Looks good. Instead of writing "itex", though, it'll look better with "tex"
 
  • #13
SithsNGiggles
186
0
Looks good. Instead of writing "itex", though, it'll look better with "tex"

You could also just use "##" at the beginning and end of whatever you want to type in latex.
 
  • #14
36,318
8,285
You could also just use "##" at the beginning and end of whatever you want to type in latex.

I would add to the OP that you don't need to have flocks of itex or tex tags - one at the beginning and the closing tag of that type at the end of the line.

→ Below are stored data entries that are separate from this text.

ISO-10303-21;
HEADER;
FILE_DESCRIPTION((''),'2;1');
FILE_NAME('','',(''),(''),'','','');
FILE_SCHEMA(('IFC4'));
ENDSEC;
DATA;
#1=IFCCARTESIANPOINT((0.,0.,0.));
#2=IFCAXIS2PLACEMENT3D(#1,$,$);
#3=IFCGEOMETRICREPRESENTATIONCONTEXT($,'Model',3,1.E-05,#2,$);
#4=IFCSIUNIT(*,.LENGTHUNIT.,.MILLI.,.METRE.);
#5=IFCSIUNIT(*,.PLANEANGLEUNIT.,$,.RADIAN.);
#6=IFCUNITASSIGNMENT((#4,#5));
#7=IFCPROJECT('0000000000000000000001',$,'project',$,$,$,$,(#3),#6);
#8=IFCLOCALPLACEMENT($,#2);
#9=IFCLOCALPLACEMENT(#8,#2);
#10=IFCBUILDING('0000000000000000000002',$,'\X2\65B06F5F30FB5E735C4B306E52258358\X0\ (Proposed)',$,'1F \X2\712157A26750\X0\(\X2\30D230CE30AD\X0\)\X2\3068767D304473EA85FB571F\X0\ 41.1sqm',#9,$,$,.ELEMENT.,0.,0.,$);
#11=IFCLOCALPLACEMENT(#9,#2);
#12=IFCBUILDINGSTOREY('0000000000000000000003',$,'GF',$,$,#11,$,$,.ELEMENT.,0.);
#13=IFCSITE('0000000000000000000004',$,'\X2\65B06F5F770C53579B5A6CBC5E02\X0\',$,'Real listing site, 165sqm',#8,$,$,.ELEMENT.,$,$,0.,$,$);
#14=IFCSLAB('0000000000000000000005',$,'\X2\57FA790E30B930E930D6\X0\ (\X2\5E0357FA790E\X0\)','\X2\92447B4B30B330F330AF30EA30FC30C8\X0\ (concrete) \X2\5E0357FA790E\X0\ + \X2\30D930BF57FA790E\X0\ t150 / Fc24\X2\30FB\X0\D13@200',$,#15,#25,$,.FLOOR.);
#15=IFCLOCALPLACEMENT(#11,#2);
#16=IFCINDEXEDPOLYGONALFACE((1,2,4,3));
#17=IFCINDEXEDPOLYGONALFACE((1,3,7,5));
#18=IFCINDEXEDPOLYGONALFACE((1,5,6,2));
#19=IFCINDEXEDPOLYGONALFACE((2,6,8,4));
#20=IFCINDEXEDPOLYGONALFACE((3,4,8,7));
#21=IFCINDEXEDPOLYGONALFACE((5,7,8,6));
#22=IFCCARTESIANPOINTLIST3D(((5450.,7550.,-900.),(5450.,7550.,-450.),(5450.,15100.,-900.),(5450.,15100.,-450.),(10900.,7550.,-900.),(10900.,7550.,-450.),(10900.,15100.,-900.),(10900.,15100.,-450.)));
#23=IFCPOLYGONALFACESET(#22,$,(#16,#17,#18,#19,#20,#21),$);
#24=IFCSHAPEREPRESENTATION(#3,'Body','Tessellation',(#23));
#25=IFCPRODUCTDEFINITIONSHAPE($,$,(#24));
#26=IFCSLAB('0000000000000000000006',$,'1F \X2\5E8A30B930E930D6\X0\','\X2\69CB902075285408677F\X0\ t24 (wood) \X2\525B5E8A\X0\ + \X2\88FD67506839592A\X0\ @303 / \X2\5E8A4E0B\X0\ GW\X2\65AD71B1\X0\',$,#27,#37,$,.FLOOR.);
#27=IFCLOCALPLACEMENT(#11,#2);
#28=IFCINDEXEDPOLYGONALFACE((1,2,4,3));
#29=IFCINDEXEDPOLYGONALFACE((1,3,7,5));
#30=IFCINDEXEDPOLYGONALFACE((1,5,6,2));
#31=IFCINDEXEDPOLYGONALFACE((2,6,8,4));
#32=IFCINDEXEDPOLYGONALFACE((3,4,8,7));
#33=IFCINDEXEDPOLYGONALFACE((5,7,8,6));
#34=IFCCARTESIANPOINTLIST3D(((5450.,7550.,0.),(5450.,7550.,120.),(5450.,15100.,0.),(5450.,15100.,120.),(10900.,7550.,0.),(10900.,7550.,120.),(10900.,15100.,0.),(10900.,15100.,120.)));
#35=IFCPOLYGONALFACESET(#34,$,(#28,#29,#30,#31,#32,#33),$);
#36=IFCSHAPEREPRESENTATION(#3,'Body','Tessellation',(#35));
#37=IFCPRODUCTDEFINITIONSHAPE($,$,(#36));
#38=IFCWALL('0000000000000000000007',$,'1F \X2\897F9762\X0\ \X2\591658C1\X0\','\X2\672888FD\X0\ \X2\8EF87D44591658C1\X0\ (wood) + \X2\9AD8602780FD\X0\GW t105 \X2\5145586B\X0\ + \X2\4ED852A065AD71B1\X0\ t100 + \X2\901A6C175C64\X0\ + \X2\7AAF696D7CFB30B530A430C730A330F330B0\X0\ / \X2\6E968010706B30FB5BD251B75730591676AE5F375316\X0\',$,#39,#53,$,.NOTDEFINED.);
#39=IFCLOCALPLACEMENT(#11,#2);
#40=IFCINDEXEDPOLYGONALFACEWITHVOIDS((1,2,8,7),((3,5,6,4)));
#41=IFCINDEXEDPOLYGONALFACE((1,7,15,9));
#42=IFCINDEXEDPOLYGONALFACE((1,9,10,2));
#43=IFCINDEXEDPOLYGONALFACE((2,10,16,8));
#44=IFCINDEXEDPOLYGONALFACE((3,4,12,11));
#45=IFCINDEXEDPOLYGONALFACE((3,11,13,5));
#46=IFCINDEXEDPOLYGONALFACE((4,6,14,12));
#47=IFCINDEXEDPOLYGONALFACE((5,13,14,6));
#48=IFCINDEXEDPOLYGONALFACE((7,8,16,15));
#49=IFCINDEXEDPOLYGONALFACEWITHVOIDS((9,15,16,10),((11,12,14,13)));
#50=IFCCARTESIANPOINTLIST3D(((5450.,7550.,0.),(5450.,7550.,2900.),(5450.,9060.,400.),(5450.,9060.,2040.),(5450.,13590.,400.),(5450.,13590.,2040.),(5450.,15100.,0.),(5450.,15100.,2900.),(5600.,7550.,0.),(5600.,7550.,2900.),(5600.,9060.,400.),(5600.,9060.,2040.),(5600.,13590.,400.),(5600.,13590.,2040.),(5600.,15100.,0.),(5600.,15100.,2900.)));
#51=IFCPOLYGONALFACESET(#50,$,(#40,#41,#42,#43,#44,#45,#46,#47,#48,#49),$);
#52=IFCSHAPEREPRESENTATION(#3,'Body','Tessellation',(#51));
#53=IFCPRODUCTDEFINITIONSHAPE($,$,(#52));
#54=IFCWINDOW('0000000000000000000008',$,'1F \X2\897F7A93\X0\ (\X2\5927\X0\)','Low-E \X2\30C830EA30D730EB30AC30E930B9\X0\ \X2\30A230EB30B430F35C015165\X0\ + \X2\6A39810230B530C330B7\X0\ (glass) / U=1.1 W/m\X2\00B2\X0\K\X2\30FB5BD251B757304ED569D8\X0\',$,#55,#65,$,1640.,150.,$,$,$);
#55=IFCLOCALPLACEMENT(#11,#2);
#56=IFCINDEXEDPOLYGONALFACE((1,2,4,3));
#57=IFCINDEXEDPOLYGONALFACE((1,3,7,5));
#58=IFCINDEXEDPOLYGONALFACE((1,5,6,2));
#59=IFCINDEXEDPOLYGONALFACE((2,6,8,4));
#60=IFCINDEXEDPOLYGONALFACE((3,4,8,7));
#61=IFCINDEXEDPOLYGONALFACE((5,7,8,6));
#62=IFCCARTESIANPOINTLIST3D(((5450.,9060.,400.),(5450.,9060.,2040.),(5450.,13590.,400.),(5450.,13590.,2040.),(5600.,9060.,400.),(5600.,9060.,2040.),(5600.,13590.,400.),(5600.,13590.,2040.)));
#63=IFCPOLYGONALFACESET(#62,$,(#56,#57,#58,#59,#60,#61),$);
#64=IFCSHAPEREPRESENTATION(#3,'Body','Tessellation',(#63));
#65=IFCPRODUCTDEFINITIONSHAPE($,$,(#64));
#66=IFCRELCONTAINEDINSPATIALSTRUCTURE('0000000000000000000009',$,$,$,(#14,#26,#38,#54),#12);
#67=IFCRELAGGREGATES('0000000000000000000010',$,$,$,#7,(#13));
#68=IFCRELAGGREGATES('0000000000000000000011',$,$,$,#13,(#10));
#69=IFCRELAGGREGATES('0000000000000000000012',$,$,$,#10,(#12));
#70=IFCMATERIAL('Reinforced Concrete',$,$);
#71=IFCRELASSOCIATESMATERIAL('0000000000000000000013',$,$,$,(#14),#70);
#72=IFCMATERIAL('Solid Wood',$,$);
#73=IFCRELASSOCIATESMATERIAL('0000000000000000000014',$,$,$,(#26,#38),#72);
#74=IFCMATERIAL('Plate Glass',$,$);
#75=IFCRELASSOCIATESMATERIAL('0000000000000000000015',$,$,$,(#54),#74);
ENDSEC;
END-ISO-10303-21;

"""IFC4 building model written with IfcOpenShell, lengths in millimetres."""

from ifc_helpers import new_model, si_unit, frame, frame_2d, origin, place, context, project, spatial, rectangle, extrude, material, element, fill, save


model = new_model("IFC4")

# Units and contexts
model_context = context("Model", 3, precision=1e-05, world=origin())
ifc_project = project(units=[si_unit("LENGTHUNIT", "METRE", prefix="MILLI"), si_unit("PLANEANGLEUNIT", "RADIAN")], contexts=[model_context])

# Site, building, storey
site_placement = place(None, origin())
site = spatial("IfcSite", under=ifc_project, at=site_placement, Name="新潟県南魚沼市", ObjectType="Real listing site, 165sqm", CompositionType="ELEMENT", RefElevation=0.0)
building_placement = place(site_placement, origin())
building = spatial("IfcBuilding", under=site, at=building_placement, Name="新潟・平屋の別荘 (Proposed)", ObjectType="1F 無垢材(ヒノキ)と白い珪藻土 41.1sqm", CompositionType="ELEMENT", ElevationOfRefHeight=0.0, ElevationOfTerrain=0.0)
storey_placement = place(building_placement, origin())
storey = spatial("IfcBuildingStorey", under=building, at=storey_placement, Name="GF", CompositionType="ELEMENT", Elevation=0.0)

# Shared definitions
ifc_material_1 = material(Name="Solid Wood")

# Slabs
ifc_material_2 = material(Name="Reinforced Concrete")
slab_1_placement = place(storey_placement, frame((2725.0, 3775.0, -450.0)))
element("IfcSlab", 1, at=slab_1_placement, inside=storey, material=ifc_material_2, Name="基礎スラブ (布基礎)", Description="鉄筋コンクリート (concrete) 布基礎 + ベタ基礎 t150 / Fc24・D13@200", PredefinedType="FLOOR", context=model_context, shape_type="SweptSolid", body=[
    extrude(rectangle(XDim=5450.0, YDim=7550.0, at=frame_2d((2725.0, 3775.0))), frame((2725.0, 3775.0, -450.0)), (0.0, 0.0, 1.0), 450.0),
])
slab_2_placement = place(storey_placement, frame((2725.0, 3775.0, 0.0)))
element("IfcSlab", 2, at=slab_2_placement, inside=storey, material=ifc_material_1, Name="1F 床スラブ", Description="構造用合板 t24 (wood) 剛床 + 製材根太 @303 / 床下 GW断熱", PredefinedType="FLOOR", context=model_context, shape_type="SweptSolid", body=[
    extrude(rectangle(XDim=5450.0, YDim=7550.0, at=frame_2d((2725.0, 3775.0))), frame((2725.0, 3775.0, 0.0)), (0.0, 0.0, 1.0), 120.0),
])

# Shared definitions
ifc_material_3 = material(Name="Plate Glass")

# Wall, opening, window
wall_1_placement = place(storey_placement, frame((2725.0, 3775.0, 0.0)))
wall_1 = element("IfcWall", 3, at=wall_1_placement, inside=storey, material=ifc_material_1, Name="1F 西面 外壁", Description="木製 軸組外壁 (wood) + 高性能GW t105 充填 + 付加断熱 t100 + 通気層 + 窯業系サイディング / 準耐火・寒冷地外皮強化", PredefinedType="NOTDEFINED", context=model_context, shape_type="SweptSolid", body=[
    extrude(rectangle(XDim=150.0, YDim=7550.0, at=frame_2d((75.0, 3775.0))), frame((2725.0, 3775.0, 0.0)), (0.0, 0.0, 1.0), 2900.0),
])
opening_1_placement = place(storey_placement, frame((2725.0, 4530.0, 200.0)))
opening_1 = element("IfcOpeningElement", 4, at=opening_1_placement, cuts=wall_1, PredefinedType="NOTDEFINED", context=model_context, shape_type="SweptSolid", body=[
    extrude(rectangle(XDim=150.0, YDim=4530.0, at=frame_2d((75.0, 2265.0))), frame((2725.0, 4530.0, 200.0)), (0.0, 0.0, 1.0), 1640.0),
])
window_1_placement = place(storey_placement, frame((2725.0, 4530.0, 200.0)))
window_1 = element("IfcWindow", 5, at=window_1_placement, inside=storey, material=ifc_material_3, Name="1F 西窓 (大)", Description="Low-E トリプルガラス アルゴン封入 + 樹脂サッシ (glass) / U=1.1 W/m²K・寒冷地仕様", OverallHeight=1640.0, OverallWidth=150.0, context=model_context, shape_type="SweptSolid", body=[
    extrude(rectangle(XDim=150.0, YDim=4530.0, at=frame_2d((75.0, 2265.0))), frame((2725.0, 4530.0, 200.0)), (0.0, 0.0, 1.0), 1640.0),
])
fill(opening_1, window_1)

save(model, "model.ifc")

## at beginning and end - same as itex at beginning and /itex at end.
$$ at beginning and end - same as tex at beginning and /tex at end.
 
  • #15
whatlifeforme
219
0
y = [tex](x+1)^{cotx}[/tex]
lny = cotx * ln(x+1)


[tex]\lim_{x\to0+} (x+1)^{cotx}= \lim_{x\to0+} f(x) = \lim_{x\to0+} e^{lny}[/tex]

[tex]= e^{1}[/tex]


**note:updated with tex.
 
  • #16
pierce15
315
2
**note:updated with tex.

Good. Also, if you want the + to be a subscript, just use ^, as follows:

[tex] \lim_{x \to 0^+ } [/tex]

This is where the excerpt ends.